## Saved data entries
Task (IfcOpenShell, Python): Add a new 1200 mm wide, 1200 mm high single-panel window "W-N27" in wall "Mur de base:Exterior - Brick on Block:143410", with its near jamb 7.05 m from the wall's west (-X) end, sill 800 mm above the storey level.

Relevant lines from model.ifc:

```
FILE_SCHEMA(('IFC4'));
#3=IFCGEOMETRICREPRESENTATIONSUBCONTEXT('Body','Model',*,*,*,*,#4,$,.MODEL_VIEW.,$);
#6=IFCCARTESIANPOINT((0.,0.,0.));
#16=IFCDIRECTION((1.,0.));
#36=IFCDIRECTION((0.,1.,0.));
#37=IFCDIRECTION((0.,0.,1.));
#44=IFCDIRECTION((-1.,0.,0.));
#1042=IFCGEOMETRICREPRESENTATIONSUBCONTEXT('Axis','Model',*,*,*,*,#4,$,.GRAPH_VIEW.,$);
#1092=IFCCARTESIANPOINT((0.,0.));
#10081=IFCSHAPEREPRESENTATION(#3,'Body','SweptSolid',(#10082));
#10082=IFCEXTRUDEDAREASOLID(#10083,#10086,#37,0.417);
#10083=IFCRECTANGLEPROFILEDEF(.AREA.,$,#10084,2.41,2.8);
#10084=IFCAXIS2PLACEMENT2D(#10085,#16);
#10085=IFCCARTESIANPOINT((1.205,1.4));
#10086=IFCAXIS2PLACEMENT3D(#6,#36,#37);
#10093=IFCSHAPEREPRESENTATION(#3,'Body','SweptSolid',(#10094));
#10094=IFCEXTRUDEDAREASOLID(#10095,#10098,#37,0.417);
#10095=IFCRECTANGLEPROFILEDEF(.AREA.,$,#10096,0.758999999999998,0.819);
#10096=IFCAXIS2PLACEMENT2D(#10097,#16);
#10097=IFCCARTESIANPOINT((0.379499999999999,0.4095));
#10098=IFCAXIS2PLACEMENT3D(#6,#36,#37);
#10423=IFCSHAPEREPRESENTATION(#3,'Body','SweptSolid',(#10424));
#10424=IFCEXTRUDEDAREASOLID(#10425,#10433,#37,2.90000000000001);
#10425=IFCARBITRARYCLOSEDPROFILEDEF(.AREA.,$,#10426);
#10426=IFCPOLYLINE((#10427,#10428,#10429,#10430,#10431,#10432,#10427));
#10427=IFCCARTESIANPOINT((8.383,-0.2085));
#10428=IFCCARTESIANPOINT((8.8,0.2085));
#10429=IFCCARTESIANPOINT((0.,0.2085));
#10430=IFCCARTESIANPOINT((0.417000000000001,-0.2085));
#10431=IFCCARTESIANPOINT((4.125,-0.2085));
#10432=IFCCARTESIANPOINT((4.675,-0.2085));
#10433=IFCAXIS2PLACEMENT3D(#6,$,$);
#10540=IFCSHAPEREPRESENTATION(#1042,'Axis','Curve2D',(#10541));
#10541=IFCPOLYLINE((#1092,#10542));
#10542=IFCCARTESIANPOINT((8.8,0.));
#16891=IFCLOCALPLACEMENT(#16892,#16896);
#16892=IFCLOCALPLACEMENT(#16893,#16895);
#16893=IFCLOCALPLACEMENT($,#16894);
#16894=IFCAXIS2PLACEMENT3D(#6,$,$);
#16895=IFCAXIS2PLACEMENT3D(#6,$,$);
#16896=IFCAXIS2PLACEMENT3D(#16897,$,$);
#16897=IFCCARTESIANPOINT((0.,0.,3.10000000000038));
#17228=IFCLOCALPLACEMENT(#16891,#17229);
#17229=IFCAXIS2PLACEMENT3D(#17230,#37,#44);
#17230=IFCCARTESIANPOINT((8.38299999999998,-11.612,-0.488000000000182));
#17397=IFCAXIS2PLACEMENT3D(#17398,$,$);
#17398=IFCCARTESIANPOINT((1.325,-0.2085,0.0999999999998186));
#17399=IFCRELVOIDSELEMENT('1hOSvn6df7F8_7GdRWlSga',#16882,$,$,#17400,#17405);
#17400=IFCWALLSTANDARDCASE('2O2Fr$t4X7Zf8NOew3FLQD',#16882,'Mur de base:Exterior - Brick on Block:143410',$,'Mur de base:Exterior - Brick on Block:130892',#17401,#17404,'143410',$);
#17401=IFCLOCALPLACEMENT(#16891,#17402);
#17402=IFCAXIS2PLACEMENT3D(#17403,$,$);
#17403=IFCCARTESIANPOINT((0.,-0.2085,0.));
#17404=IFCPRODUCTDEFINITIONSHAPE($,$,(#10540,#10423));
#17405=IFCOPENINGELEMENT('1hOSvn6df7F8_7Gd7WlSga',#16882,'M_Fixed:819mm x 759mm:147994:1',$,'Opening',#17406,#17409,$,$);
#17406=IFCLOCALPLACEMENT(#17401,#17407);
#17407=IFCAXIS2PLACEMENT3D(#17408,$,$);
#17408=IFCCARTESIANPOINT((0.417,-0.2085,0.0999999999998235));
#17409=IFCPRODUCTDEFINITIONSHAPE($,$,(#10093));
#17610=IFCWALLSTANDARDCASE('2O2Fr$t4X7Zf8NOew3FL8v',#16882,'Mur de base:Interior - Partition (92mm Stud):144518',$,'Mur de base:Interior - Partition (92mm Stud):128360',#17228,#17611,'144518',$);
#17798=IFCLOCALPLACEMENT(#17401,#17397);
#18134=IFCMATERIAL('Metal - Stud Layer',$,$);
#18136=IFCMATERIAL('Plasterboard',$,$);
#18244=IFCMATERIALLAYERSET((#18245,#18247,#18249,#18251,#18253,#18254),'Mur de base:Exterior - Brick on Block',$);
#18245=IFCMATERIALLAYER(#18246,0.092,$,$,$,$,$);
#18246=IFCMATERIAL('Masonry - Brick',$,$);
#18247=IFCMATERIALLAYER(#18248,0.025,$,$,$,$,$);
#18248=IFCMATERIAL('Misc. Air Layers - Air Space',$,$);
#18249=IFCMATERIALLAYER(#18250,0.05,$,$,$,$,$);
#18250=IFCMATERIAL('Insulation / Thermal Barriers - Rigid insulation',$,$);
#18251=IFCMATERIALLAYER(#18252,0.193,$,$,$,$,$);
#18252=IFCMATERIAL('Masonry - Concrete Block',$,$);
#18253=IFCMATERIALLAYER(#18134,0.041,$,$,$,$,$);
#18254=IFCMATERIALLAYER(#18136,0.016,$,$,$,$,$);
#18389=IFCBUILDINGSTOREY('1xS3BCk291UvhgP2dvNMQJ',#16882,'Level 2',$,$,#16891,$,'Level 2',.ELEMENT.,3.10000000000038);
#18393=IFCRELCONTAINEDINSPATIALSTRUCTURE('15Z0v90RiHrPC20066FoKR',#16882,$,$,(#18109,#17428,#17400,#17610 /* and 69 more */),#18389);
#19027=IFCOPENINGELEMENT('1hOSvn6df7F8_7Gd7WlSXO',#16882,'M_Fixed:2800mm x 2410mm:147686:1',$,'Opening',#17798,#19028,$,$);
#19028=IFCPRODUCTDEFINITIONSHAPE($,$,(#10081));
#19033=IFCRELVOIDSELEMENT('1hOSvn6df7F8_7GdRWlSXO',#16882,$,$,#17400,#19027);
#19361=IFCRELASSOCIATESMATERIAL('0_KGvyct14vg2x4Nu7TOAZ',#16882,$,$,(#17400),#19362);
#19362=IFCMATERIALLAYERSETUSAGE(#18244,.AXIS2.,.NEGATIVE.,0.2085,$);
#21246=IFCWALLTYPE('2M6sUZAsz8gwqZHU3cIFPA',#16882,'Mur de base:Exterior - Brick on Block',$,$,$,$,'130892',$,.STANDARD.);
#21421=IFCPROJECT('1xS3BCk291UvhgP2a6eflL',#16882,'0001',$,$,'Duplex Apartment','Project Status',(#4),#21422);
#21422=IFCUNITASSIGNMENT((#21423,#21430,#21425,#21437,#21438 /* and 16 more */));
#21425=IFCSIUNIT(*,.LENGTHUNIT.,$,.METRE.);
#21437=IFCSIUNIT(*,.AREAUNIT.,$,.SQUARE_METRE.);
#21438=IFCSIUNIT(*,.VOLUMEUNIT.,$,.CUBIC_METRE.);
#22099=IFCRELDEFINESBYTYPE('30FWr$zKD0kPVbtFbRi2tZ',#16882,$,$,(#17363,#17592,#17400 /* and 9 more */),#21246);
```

```python
import numpy as np
import ifcopenshell
import ifcopenshell.api.feature
import ifcopenshell.api.geometry
import ifcopenshell.api.root
import ifcopenshell.api.spatial
import ifcopenshell.geom
import ifcopenshell.util.element
import ifcopenshell.util.placement
import ifcopenshell.util.representation
import ifcopenshell.util.shape
import ifcopenshell.util.unit

model = ifcopenshell.open("model.ifc")
unit_scale = ifcopenshell.util.unit.calculate_unit_scale(model)
settings = ifcopenshell.geom.settings()


def volume(element):
    """Net volume in cubic metres, openings subtracted."""
    shape = ifcopenshell.geom.create_shape(settings, element)
    return ifcopenshell.util.shape.get_volume(shape.geometry)


wall = model.by_guid("2O2Fr$t4X7Zf8NOew3FLQD")
storey = ifcopenshell.util.element.get_container(wall, ifc_class="IfcBuildingStorey")
context = ifcopenshell.util.representation.get_context(model, "Model", "Body", "MODEL_VIEW")
before = volume(wall)

width, height, from_end, sill = 1.2, 1.2, 7.05, 0.8  # metres

# The wall runs along its own X axis, and the end named is its -X end.
wall_shape = ifcopenshell.geom.create_shape(settings, wall)
x, y, z = ifcopenshell.util.shape.get_vertices(wall_shape.geometry).T
start = x.min() + from_end
face, thickness = float(y.min()), float(y.max() - y.min())
wall_matrix = ifcopenshell.util.placement.get_local_placement(wall.ObjectPlacement)
level = ifcopenshell.util.placement.get_local_placement(storey.ObjectPlacement)[2, 3]


def in_wall(x, y):
    """Placement at x, y metres in the wall's axes, at sill height."""
    matrix = wall_matrix.copy()
    matrix[:, 3] = wall_matrix @ np.array([x / unit_scale, y / unit_scale, 0.0, 1.0])
    matrix[2, 3] = level + sill / unit_scale
    return matrix


# Opening: a box that overshoots both wall faces by 50 mm.
opening = ifcopenshell.api.root.create_entity(model, ifc_class="IfcOpeningElement", predefined_type="OPENING")
box = ifcopenshell.api.geometry.add_wall_representation(
    model, context=context, length=width, height=height, thickness=thickness + 0.1
)
ifcopenshell.api.geometry.assign_representation(model, product=opening, representation=box)
ifcopenshell.api.geometry.edit_object_placement(model, product=opening, matrix=in_wall(start, face - 0.05), is_si=False)
ifcopenshell.api.feature.add_feature(model, feature=opening, element=wall)

window = ifcopenshell.api.root.create_entity(model, ifc_class="IfcWindow", name="W-N27", predefined_type="WINDOW")
window.OverallWidth, window.OverallHeight = width / unit_scale, height / unit_scale
window.PartitioningType = "SINGLE_PANEL"
body = ifcopenshell.api.geometry.add_window_representation(
    model,
    context=context,
    overall_width=window.OverallWidth,
    overall_height=window.OverallHeight,
    partition_type="SINGLE_PANEL",
)
ifcopenshell.api.geometry.assign_representation(model, product=window, representation=body)
ifcopenshell.api.spatial.assign_container(model, products=[window], relating_structure=storey)
ifcopenshell.api.feature.add_filling(model, opening=opening, element=window)

# Centre the window in the wall's thickness.
ifcopenshell.api.geometry.edit_object_placement(model, product=window, matrix=in_wall(start, face), is_si=False)
window_shape = ifcopenshell.geom.create_shape(settings, window)
depth = ifcopenshell.util.shape.get_vertices(window_shape.geometry)[:, 1]
offset = face + thickness / 2 - (depth.min() + depth.max()) / 2
ifcopenshell.api.geometry.edit_object_placement(model, product=window, matrix=in_wall(start, offset), is_si=False)

after = volume(wall)

print(f"wall volume {before:.3f} -> {after:.3f} m3")

model.write("model_edited.ifc")
```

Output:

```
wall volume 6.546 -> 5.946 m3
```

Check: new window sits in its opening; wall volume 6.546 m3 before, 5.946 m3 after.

## The task
If a line in the entries holds the string "IFCDIRECTION", copy it.

## The completed task
#16=IFCDIRECTION((1.,0.));
#36=IFCDIRECTION((0.,1.,0.));
#37=IFCDIRECTION((0.,0.,1.));
#44=IFCDIRECTION((-1.,0.,0.));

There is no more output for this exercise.